Another way to do this could be to retain all candidates after training, retrain them on the full train set including validation folds, and let their eventual test score determine the winner. That would be more resource-consuming and in the general case, when the above assumption holds, it would be wasteful. Of course, the assumption may not be true in all cases, and indeed it's possible that a candidate that lost during the candidate selection phase (perhaps by a small margin) will perform better on the test set. However, we believe that this a rare enough case to not warrant optimising for it.

It is possible to achieve what you're after with some additional work. If you think one of your losing candidates is the one that would actually perform best on the test set, you can simply rerun your pipeline with specifically only that candidate as the training method. If you set the randomSeed parameter to the same value you should get the same train/validation/test splits for the same train graph, and the eventual test score will be evaluated on your single candidate and comparable to your previous run.

In your example above, it seems that all candidates scored equally well on the validation sets, so the choice of winner is effectively arbitrary. That does not seem like a healthy configuration for the training pipeline; either there is not enough data, the features are not differentiable enough, the model candidates are too similar, or something else is causing all model candidates to make exactly the same choices when learning. From what I can read from your output, only the focusWeight parameter is different. Perhaps your dataset is not imbalanced? This parameter will only be effective for imbalanced datasets (see here for a discussion of this parameter).
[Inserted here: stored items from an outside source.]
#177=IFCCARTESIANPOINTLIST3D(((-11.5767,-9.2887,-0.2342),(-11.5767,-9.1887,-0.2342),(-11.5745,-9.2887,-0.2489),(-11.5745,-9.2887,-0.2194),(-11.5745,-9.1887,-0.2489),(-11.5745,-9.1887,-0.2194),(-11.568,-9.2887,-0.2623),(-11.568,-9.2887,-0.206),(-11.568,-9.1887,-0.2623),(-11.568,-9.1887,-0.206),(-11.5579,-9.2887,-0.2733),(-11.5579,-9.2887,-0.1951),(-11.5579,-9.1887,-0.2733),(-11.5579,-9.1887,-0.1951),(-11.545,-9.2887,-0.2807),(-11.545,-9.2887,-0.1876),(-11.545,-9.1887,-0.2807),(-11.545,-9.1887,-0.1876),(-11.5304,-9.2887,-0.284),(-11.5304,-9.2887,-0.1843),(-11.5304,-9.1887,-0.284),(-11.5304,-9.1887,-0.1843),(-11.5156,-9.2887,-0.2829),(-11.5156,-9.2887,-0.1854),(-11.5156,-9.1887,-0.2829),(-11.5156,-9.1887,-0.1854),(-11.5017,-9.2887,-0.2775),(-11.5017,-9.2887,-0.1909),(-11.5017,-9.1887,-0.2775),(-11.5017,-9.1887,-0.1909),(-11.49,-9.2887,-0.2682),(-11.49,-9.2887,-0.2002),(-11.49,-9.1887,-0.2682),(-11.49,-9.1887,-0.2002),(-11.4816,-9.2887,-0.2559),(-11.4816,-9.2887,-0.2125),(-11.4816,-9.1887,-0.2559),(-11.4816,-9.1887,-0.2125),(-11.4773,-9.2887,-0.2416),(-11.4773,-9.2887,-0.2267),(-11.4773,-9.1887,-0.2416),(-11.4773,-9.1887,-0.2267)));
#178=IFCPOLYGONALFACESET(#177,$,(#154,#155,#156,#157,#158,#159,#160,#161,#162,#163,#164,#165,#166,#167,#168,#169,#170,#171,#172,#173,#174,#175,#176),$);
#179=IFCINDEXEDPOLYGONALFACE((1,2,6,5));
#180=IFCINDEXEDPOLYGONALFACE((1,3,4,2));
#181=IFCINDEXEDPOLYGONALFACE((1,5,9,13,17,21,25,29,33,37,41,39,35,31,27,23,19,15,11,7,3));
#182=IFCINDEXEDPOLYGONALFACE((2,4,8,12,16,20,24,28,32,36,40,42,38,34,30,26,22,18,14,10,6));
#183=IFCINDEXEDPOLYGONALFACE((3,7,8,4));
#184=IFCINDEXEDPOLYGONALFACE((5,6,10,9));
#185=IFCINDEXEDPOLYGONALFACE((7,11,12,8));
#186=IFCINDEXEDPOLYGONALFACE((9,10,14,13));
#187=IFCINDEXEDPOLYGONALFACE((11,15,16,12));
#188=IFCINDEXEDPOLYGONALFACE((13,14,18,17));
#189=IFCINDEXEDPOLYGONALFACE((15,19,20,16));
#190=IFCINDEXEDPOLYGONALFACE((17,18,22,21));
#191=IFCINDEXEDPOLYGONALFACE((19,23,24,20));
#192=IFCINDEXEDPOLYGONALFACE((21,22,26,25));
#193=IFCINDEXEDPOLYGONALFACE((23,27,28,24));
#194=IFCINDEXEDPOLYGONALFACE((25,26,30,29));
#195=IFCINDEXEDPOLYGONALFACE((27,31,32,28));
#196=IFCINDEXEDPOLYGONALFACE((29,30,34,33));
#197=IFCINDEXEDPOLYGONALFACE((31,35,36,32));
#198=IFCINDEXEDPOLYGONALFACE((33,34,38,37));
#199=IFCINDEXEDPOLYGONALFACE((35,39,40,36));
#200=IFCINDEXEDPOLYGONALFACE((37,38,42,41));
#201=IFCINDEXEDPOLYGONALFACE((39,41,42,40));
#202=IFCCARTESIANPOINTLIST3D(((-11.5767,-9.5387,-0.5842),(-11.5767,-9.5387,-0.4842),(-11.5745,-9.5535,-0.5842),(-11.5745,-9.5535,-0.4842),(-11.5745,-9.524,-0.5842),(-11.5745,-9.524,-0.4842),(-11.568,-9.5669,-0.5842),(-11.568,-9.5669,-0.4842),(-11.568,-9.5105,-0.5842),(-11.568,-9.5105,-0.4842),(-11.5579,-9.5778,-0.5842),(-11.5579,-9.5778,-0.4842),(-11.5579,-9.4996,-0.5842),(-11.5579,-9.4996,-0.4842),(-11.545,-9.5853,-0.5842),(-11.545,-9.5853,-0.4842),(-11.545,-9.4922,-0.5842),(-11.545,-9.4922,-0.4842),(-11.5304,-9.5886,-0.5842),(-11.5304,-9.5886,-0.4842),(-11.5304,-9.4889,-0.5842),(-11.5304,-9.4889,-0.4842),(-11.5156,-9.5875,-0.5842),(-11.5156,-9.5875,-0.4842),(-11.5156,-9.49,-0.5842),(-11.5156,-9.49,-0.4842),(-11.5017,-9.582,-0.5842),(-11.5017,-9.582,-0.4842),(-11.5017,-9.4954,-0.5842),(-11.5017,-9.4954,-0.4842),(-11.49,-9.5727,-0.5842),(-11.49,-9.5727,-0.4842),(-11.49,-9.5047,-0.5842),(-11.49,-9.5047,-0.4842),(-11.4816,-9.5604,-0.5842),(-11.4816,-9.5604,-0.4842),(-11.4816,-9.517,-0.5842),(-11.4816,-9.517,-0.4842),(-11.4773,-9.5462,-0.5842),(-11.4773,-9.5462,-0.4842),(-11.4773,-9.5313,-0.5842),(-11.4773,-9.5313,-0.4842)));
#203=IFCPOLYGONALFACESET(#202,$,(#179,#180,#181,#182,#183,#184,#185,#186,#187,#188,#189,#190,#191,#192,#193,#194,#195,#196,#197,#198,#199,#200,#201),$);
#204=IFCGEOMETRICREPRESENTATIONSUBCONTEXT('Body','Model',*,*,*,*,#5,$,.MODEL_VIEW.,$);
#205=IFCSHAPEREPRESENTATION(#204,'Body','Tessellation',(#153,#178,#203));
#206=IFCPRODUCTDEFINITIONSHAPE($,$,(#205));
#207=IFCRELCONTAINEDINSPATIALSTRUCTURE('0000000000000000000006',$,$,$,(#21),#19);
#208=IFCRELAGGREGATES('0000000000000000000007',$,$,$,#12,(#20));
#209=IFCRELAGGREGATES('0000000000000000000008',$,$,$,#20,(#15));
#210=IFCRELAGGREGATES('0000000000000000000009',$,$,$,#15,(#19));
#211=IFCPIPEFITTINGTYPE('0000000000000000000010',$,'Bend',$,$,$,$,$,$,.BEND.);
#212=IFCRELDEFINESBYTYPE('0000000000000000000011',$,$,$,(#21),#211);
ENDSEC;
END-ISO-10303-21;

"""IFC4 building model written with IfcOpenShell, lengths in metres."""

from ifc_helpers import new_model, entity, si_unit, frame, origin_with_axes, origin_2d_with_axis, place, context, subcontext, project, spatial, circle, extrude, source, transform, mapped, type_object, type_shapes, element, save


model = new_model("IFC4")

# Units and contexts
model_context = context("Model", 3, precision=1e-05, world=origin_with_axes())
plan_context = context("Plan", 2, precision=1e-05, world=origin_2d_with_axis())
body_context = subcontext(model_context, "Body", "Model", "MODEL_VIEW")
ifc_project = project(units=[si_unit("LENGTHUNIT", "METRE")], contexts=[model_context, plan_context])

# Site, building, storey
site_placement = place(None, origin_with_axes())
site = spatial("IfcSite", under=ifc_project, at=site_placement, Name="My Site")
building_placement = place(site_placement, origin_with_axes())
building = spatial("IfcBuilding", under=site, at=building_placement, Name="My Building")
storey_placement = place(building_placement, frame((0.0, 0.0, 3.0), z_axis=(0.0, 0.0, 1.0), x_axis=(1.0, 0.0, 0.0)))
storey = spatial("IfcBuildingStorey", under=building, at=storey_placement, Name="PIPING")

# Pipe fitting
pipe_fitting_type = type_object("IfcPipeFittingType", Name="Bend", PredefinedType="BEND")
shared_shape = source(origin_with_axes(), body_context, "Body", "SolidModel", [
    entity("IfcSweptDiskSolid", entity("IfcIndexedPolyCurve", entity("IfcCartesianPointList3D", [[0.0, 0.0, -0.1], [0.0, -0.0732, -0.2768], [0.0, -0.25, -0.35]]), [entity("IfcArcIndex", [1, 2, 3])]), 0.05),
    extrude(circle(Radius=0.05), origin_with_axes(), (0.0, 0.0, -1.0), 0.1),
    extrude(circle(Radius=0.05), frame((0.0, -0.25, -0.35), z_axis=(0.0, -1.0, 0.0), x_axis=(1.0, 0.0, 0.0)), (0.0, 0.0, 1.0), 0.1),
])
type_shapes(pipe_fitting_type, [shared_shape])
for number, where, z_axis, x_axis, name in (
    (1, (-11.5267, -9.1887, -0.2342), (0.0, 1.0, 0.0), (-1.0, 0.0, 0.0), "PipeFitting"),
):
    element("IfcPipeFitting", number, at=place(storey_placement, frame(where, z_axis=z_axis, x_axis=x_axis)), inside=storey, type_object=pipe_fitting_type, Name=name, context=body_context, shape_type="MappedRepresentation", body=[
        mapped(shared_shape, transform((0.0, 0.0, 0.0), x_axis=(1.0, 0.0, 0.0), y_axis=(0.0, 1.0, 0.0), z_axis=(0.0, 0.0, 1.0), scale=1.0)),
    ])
I hope this makes sense! All the best Mats

devineyfajr commented 1 year ago

Thanks Mats. I sorta figured that out afterwards. It's a large, unbalanced dataset, so I'm confused why all the models are getting such good validation scores. More research is needed.

devineyfajr commented 1 year ago

Thanks Mats. I sorta figured that out afterwards. It's a large, unbalanced dataset, so I'm confused why all the models are getting such good validation scores. More research is needed.